(SOURCE MATERIAL begins)

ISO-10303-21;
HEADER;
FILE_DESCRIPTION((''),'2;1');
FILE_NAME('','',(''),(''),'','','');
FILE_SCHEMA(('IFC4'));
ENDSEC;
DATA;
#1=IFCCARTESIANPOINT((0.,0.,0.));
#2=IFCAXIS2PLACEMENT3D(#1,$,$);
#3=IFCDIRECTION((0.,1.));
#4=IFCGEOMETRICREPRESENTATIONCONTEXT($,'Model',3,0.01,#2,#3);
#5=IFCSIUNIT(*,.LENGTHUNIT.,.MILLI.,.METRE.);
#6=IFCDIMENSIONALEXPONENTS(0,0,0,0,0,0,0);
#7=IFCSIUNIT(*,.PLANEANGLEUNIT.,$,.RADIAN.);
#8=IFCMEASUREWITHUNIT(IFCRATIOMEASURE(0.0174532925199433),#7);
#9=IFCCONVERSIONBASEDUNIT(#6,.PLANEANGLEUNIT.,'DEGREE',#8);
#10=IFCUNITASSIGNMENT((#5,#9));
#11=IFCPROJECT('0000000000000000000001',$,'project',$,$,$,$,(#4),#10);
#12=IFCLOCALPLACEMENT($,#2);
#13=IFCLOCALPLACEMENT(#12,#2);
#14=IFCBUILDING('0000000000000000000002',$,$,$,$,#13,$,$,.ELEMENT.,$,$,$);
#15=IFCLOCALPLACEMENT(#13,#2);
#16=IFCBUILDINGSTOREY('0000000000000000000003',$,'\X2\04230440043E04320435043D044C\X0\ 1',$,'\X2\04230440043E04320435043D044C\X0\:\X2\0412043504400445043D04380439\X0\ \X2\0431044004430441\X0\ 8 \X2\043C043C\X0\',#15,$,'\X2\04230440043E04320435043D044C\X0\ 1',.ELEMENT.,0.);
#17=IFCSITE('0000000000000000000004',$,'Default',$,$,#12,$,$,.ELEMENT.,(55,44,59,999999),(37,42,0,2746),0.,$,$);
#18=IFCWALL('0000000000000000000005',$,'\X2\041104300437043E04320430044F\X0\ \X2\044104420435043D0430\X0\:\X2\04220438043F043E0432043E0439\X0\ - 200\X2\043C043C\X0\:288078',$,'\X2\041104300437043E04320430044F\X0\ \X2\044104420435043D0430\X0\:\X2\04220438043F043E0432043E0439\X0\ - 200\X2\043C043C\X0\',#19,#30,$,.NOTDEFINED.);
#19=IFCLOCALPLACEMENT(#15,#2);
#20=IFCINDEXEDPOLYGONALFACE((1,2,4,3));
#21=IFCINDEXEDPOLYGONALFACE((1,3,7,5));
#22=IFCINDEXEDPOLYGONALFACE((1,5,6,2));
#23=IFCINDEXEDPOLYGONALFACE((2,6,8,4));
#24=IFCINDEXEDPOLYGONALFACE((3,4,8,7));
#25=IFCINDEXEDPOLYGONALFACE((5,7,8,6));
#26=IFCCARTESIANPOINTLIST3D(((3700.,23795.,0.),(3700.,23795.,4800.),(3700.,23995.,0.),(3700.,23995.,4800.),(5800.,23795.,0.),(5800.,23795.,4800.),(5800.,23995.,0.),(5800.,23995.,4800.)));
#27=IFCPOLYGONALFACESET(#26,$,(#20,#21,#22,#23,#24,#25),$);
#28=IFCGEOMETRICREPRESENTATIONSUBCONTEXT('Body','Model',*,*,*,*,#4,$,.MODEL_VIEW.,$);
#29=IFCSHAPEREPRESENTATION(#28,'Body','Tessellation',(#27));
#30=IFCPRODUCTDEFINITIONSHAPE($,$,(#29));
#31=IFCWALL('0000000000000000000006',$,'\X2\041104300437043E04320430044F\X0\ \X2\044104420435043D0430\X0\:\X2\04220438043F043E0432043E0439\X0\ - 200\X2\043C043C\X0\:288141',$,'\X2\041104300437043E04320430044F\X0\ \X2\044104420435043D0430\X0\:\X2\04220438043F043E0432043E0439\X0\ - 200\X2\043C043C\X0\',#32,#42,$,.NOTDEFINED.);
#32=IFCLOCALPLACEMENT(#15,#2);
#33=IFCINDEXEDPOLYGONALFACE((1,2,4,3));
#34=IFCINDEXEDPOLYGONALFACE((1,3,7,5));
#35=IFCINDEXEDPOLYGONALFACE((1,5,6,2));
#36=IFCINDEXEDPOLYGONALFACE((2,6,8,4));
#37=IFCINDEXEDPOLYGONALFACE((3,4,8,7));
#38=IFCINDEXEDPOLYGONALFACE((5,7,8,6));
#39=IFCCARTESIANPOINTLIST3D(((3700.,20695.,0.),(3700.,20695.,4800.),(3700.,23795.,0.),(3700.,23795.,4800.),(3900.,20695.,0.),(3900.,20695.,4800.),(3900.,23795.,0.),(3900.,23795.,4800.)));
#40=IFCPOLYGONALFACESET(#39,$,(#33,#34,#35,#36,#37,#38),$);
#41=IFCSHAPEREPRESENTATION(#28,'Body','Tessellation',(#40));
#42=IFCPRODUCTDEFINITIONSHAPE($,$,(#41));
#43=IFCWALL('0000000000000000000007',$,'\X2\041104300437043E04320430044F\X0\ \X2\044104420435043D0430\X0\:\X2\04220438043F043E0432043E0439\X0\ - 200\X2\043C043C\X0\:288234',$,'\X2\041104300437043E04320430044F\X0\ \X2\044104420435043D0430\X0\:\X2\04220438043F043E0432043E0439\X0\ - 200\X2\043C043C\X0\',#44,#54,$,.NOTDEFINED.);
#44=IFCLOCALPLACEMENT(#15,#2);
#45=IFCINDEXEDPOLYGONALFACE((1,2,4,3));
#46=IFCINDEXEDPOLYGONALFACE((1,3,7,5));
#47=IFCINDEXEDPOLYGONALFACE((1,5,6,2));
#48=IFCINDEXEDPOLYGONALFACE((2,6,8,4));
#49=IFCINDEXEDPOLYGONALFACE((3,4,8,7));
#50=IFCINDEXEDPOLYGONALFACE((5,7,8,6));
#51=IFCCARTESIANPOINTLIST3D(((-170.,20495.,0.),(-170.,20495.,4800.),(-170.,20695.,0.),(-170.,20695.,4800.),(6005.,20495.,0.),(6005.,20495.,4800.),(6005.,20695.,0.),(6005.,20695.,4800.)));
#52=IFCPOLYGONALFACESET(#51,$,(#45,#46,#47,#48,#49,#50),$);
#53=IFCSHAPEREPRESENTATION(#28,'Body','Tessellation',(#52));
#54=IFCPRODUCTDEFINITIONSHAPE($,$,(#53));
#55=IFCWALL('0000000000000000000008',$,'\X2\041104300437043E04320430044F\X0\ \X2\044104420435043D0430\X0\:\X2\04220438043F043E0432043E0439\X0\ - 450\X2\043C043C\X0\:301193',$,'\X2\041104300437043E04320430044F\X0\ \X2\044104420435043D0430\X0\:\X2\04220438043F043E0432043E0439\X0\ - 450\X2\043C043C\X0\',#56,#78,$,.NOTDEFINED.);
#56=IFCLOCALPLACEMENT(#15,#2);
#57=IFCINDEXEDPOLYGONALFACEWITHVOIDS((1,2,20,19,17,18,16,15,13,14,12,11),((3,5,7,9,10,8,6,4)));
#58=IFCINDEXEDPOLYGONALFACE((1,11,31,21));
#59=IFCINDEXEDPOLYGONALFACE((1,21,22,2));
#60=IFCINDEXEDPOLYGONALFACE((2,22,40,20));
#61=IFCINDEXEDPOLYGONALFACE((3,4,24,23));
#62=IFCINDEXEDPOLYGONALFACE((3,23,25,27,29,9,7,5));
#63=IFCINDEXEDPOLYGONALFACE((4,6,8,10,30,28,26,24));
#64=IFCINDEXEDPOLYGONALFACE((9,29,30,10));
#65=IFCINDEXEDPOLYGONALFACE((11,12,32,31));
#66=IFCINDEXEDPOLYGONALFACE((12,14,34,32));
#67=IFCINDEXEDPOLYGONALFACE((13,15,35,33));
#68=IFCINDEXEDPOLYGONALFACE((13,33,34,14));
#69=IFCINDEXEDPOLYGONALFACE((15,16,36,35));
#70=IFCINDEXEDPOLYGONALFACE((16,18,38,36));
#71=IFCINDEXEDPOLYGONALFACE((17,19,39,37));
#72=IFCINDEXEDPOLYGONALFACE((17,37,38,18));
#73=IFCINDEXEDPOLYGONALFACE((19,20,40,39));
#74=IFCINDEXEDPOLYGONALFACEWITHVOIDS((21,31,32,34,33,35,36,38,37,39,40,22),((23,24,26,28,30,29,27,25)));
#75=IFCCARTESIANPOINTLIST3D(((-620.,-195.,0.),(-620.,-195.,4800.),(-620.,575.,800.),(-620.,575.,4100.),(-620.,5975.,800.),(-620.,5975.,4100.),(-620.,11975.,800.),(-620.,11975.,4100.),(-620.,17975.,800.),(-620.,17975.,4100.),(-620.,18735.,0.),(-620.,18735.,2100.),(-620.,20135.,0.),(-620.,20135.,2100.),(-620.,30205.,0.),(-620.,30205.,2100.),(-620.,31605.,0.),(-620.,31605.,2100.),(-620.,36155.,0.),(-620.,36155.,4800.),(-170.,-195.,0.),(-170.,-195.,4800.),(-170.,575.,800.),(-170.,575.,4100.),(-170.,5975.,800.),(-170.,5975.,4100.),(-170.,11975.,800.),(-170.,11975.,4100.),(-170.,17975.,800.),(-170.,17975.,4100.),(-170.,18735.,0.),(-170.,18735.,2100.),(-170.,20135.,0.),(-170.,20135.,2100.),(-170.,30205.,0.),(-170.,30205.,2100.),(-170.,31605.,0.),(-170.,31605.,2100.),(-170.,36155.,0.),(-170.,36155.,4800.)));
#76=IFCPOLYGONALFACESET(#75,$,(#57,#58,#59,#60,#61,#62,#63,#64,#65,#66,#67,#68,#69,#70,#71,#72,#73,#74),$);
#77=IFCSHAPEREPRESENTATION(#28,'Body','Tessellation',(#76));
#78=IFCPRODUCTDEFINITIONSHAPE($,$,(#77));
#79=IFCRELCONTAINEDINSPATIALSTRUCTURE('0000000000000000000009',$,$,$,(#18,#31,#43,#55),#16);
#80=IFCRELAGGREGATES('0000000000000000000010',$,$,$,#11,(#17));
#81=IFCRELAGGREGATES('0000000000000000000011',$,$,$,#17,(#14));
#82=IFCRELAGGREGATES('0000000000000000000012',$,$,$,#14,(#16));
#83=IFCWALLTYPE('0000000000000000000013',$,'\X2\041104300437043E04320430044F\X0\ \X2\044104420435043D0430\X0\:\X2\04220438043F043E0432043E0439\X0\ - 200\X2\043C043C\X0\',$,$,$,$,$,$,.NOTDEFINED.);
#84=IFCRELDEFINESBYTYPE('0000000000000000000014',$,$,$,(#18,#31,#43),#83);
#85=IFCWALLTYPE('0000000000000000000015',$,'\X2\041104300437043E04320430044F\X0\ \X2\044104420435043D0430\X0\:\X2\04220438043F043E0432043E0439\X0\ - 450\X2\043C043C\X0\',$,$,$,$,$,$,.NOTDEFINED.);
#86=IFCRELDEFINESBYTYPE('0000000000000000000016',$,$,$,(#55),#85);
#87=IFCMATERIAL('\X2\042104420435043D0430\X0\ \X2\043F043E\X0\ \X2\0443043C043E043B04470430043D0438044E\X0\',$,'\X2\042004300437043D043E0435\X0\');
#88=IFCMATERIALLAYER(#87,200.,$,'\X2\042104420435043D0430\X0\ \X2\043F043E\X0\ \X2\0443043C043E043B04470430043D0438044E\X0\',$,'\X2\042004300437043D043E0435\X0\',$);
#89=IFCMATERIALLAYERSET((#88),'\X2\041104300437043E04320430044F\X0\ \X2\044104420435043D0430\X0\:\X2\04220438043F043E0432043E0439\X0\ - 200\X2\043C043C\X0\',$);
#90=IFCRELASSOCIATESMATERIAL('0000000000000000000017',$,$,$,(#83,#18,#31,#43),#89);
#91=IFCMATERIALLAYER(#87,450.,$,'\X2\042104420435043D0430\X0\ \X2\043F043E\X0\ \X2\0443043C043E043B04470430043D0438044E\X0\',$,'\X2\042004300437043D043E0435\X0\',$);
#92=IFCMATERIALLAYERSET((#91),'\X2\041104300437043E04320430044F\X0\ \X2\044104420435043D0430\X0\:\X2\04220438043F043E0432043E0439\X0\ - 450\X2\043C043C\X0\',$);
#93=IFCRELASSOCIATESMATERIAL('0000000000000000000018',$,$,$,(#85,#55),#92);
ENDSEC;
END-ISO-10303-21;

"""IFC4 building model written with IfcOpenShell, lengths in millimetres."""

from ifc_helpers import new_model, entity, si_unit, converted_unit, direction, frame, frame_2d, origin, place, context, subcontext, project, spatial, rectangle, extrude, material, layer, layer_set, layer_usage, type_object, element, save


model = new_model("IFC4")

# Units and contexts
model_context = context("Model", 3, precision=0.01, world=origin(), true_north=direction((0.0, 1.0)))
body_context = subcontext(model_context, "Body", "Model", "MODEL_VIEW")
ifc_project = project(units=[si_unit("LENGTHUNIT", "METRE", prefix="MILLI"), converted_unit("PLANEANGLEUNIT", "DEGREE", entity("IfcRatioMeasure", 0.0174532925199433), si_unit("PLANEANGLEUNIT", "RADIAN"), dimensions=[0, 0, 0, 0, 0, 0, 0])], contexts=[model_context])

# Site, building, storey
site_placement = place(None, origin())
site = spatial("IfcSite", under=ifc_project, at=site_placement, Name="Default", CompositionType="ELEMENT", RefLatitude=(55, 44, 59, 999999), RefLongitude=(37, 42, 0, 2746), RefElevation=0.0)
building_placement = place(site_placement, origin())
building = spatial("IfcBuilding", under=site, at=building_placement, CompositionType="ELEMENT")
storey_placement = place(building_placement, origin())
storey = spatial("IfcBuildingStorey", under=building, at=storey_placement, Name="Уровень 1", ObjectType="Уровень:Верхний брус 8 мм", LongName="Уровень 1", CompositionType="ELEMENT", Elevation=0.0)

# Shared definitions
ifc_material_1 = material(Name="Стена по умолчанию", Category="Разное")
ifc_layer_1 = layer(ifc_material_1, 200.0, Name="Стена по умолчанию", Category="Разное")
ifc_layer_set_1 = layer_set([ifc_layer_1], Name="Базовая стена:Типовой - 200мм")
wall_type_1 = type_object("IfcWallType", Name="Базовая стена:Типовой - 200мм", PredefinedType="NOTDEFINED", material=ifc_layer_set_1)

# Walls
ifc_layer_usage_1 = layer_usage(ifc_layer_set_1, "AXIS2", "NEGATIVE", 100.0)
wall_1_placement = place(storey_placement, frame((3700.0, 23895.0, 0.0)))
element("IfcWall", 1, at=wall_1_placement, inside=storey, type_object=wall_type_1, material=ifc_layer_usage_1, Name="Базовая стена:Типовой - 200мм:288078", ObjectType="Базовая стена:Типовой - 200мм", PredefinedType="NOTDEFINED", context=body_context, shape_type="SweptSolid", body=[
    extrude(rectangle(XDim=2100.0, YDim=200.0, at=frame_2d((1050.0, 0.0), x_axis=(-1.0, 0.0))), origin(), (0.0, 0.0, 1.0), 4800.0),
])
ifc_layer_usage_2 = layer_usage(ifc_layer_set_1, "AXIS2", "NEGATIVE", 100.0)
wall_2_placement = place(storey_placement, frame((3800.0, 23795.0, 0.0), z_axis=(0.0, 0.0, 1.0), x_axis=(0.0, -1.0, 0.0)))
element("IfcWall", 2, at=wall_2_placement, inside=storey, type_object=wall_type_1, material=ifc_layer_usage_2, Name="Базовая стена:Типовой - 200мм:288141", ObjectType="Базовая стена:Типовой - 200мм", PredefinedType="NOTDEFINED", context=body_context, shape_type="SweptSolid", body=[
    extrude(rectangle(XDim=3100.0, YDim=200.0, at=frame_2d((1550.0, 0.0), x_axis=(-1.0, 0.0))), origin(), (0.0, 0.0, 1.0), 4800.0),
])
ifc_layer_usage_3 = layer_usage(ifc_layer_set_1, "AXIS2", "NEGATIVE", 100.0)
wall_3_placement = place(storey_placement, frame((-170.0, 20595.0, 0.0)))
element("IfcWall", 3, at=wall_3_placement, inside=storey, type_object=wall_type_1, material=ifc_layer_usage_3, Name="Базовая стена:Типовой - 200мм:288234", ObjectType="Базовая стена:Типовой - 200мм", PredefinedType="NOTDEFINED", context=body_context, shape_type="SweptSolid", body=[
    extrude(rectangle(XDim=6175.0, YDim=200.0, at=frame_2d((3087.5, 0.0), x_axis=(-1.0, 0.0))), origin(), (0.0, 0.0, 1.0), 4800.0),
])

# Wall, openings
ifc_layer_2 = layer(ifc_material_1, 450.0, Name="Стена по умолчанию", Category="Разное")
ifc_layer_set_2 = layer_set([ifc_layer_2], Name="Базовая стена:Типовой - 450мм")
ifc_layer_usage_4 = layer_usage(ifc_layer_set_2, "AXIS2", "NEGATIVE", 225.0)
wall_type_2 = type_object("IfcWallType", Name="Базовая стена:Типовой - 450мм", PredefinedType="NOTDEFINED", material=ifc_layer_set_2)
wall_4_placement = place(storey_placement, frame((-395.0, 36155.0, 0.0), z_axis=(0.0, 0.0, 1.0), x_axis=(0.0, -1.0, 0.0)))
wall_4 = element("IfcWall", 4, at=wall_4_placement, inside=storey, type_object=wall_type_2, material=ifc_layer_usage_4, Name="Базовая стена:Типовой - 450мм:301193", ObjectType="Базовая стена:Типовой - 450мм", PredefinedType="NOTDEFINED", context=body_context, shape_type="SweptSolid", body=[
    extrude(rectangle(XDim=36350.0, YDim=450.0, at=frame_2d((18175.0, 0.0), x_axis=(-1.0, 0.0))), origin(), (0.0, 0.0, 1.0), 4800.0),
])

(SOURCE MATERIAL ends)

» **TASK DIRECTIONS**
Repeat word for word every line from the start of the entries to the line holding "#20=IFCINDEXEDPOLYGONALFACE((1,2,4,3));", inclusive, and nothing else.

» **SOLUTION TO THIS EXERCISE**
ISO-10303-21;
HEADER;
FILE_DESCRIPTION((''),'2;1');
FILE_NAME('','',(''),(''),'','','');
FILE_SCHEMA(('IFC4'));
ENDSEC;
DATA;
#1=IFCCARTESIANPOINT((0.,0.,0.));
#2=IFCAXIS2PLACEMENT3D(#1,$,$);
#3=IFCDIRECTION((0.,1.));
#4=IFCGEOMETRICREPRESENTATIONCONTEXT($,'Model',3,0.01,#2,#3);
#5=IFCSIUNIT(*,.LENGTHUNIT.,.MILLI.,.METRE.);
#6=IFCDIMENSIONALEXPONENTS(0,0,0,0,0,0,0);
#7=IFCSIUNIT(*,.PLANEANGLEUNIT.,$,.RADIAN.);
#8=IFCMEASUREWITHUNIT(IFCRATIOMEASURE(0.0174532925199433),#7);
#9=IFCCONVERSIONBASEDUNIT(#6,.PLANEANGLEUNIT.,'DEGREE',#8);
#10=IFCUNITASSIGNMENT((#5,#9));
#11=IFCPROJECT('0000000000000000000001',$,'project',$,$,$,$,(#4),#10);
#12=IFCLOCALPLACEMENT($,#2);
#13=IFCLOCALPLACEMENT(#12,#2);
#14=IFCBUILDING('0000000000000000000002',$,$,$,$,#13,$,$,.ELEMENT.,$,$,$);
#15=IFCLOCALPLACEMENT(#13,#2);
#16=IFCBUILDINGSTOREY('0000000000000000000003',$,'\X2\04230440043E04320435043D044C\X0\ 1',$,'\X2\04230440043E04320435043D044C\X0\:\X2\0412043504400445043D04380439\X0\ \X2\0431044004430441\X0\ 8 \X2\043C043C\X0\',#15,$,'\X2\04230440043E04320435043D044C\X0\ 1',.ELEMENT.,0.);
#17=IFCSITE('0000000000000000000004',$,'Default',$,$,#12,$,$,.ELEMENT.,(55,44,59,999999),(37,42,0,2746),0.,$,$);
#18=IFCWALL('0000000000000000000005',$,'\X2\041104300437043E04320430044F\X0\ \X2\044104420435043D0430\X0\:\X2\04220438043F043E0432043E0439\X0\ - 200\X2\043C043C\X0\:288078',$,'\X2\041104300437043E04320430044F\X0\ \X2\044104420435043D0430\X0\:\X2\04220438043F043E0432043E0439\X0\ - 200\X2\043C043C\X0\',#19,#30,$,.NOTDEFINED.);
#19=IFCLOCALPLACEMENT(#15,#2);
#20=IFCINDEXEDPOLYGONALFACE((1,2,4,3));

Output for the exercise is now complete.